運動不足や、腹筋が弱い人に多い傾向があります。
食物繊維の少ない食事や、体を動かさない生活などを続けることで、さらに腸の動きが鈍くなります。

便の出口まで進むが、直腸の動きが鈍くて出ない(直腸性便秘

便が肛門近くの直腸にあると便意を感じるという仕組みがあります。それを感じにくくなっているタイプ。
便意を感じても排便しないことをくり返していると、便が直腸に降りても便意を感じにくくなります。
浣腸の多用も原因になります。

ストレスなどで腸の動きが不安定に(けいれん性便秘

腸がけいれんして動きが過剰になり、便が出にくくなるタイプ。
便が行ったり来たりすることで、小さくコロコロな便になりがちです。
便秘だけでなく、下痢と交互に出ることもあります。ストレスも原因になります。

便の出口にトラブルがある(スーパー便秘

直腸にできてしまったへこみに便が入り込み、出にくくなるタイプ。
薬や自己判断では改善が得られないことも多いので、症状がつづく場合には医師に相談して適切な処置をうける必要があります。


便秘薬の使い方には注意が必要


多くの市販の便秘薬には、腸を刺激して便を出しやすくする成分が含まれています。

具体的な刺激性成分には、センノシド、ビサコジル、ピコスルファート、ダイオウがあります。漢方やお茶、サプリメントにも含まれていることがあります。

これらの成分は効果が早く現れるため頑固な便秘による不快な症状をすみやかに改善してくれるものの、長期間使用する際には依存性もあり、注意が必要です。

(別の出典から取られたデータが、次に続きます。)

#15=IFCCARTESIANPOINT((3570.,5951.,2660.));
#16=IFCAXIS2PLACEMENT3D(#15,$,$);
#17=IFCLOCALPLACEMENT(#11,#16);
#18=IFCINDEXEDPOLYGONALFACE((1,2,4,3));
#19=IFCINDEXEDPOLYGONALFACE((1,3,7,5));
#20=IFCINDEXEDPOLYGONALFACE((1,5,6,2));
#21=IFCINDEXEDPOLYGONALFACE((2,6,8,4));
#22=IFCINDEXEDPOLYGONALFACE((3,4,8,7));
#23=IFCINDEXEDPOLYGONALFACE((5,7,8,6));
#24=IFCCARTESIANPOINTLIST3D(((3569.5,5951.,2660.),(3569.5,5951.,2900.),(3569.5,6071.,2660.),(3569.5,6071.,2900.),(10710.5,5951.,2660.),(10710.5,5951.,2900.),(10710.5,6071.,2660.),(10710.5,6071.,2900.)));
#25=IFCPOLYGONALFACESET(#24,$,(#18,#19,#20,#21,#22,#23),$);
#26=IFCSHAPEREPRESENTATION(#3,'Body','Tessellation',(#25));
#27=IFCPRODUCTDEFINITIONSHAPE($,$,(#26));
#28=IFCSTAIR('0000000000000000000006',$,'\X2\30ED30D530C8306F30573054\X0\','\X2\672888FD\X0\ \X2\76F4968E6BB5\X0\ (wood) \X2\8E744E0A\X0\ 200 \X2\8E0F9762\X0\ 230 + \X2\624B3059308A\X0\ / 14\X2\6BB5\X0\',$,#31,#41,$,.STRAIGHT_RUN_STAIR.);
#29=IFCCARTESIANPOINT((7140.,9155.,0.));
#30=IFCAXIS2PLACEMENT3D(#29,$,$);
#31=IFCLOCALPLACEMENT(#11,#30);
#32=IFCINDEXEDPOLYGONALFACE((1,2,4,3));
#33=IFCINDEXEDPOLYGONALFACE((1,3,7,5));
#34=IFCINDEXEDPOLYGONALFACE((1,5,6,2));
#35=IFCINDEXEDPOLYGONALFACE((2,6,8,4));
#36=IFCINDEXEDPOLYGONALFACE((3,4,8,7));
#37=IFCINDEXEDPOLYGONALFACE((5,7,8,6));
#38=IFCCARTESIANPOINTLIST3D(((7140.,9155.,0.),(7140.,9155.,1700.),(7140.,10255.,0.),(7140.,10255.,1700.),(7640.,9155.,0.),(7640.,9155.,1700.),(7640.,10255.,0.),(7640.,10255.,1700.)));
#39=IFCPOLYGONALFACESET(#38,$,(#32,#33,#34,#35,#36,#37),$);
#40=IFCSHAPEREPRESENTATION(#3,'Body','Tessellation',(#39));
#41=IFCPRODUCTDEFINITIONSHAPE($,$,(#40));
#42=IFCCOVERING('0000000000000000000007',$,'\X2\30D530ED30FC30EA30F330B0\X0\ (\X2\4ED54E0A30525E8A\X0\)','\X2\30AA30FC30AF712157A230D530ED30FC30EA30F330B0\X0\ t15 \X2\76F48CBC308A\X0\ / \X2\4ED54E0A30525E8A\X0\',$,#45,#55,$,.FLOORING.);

便秘症のガイドラインでも刺激性の便秘薬はここぞという時のみ、短期間に使用をとどめるように推奨されています。

効果も見られやすいため使用しやすいのですが、ダイエットのために安易に下剤を服用し始め、そこからエスカレートしていくケースに出会うこともあります。

分かりやすく体重が減るものの、自己判断で飲み続けたり飲み過ぎることはとてもリスクが高いことを知っておいてほしいと思います。


腸が黒くなる!?大腸メラノーシス


センナ、大黄、アロエなどのアントラキノン系下剤を長期間使用していると大腸メラノーシスが起こります。

自覚症状などはありませんが、内視鏡で大腸を観察すると粘膜が黒褐色に変化し、ピンク色の正常粘膜と比べると、その見た目の差は歴然です。

大腸メラノーシスを電子顕微鏡で観察すると、大腸粘膜の吸収細胞の破壊、神経繊維の変性といった変化が見られます。

大腸の運動障害がおこり、慢性炎症が関与していると考えられています。

慢性炎症は老化の一因とも言われている現象です。

腸内環境を良好に保つためにも慢性炎症は避けたいものです。



驚きの効果!ココアで便秘・便臭とサヨナラ!



ココアには食物繊維が多く含まれます。

含まれる食物繊維の約60%を占めるリグニンは、腸でほぼ消化されず8割ほどが便として排泄されます。

そのため、便通改善効果が確認されました。
さらに嬉しいのは便中のアンモニア濃度も減少させるため、便臭も改善されるのです。



以上、便秘の種類とその対策、便秘薬の注意点について紹介しました。

便秘は身体に多くの影響を与える症状であり、決して軽視してはいけません。

食物繊維の摂取や適度な運動、ストレスの管理など、日常生活の改善が大切です。

便秘に悩む方には、ココアの摂取もおすすめです。食物繊維の効果により便通改善が見込まれ、便臭も軽減されます。

急に便秘になった、便秘がひどくなってきたなどの変化を認めるときは最悪の場合、大腸癌の可能性などもあります。

大腸癌は女性の癌の中で死亡数が第一位です。
急激な症状変化や便秘が長引く時には、是非医療機関への受診をしましょう。
特に40代以降は大腸癌の定期検査、場合によっては大腸カメラをおすすめします。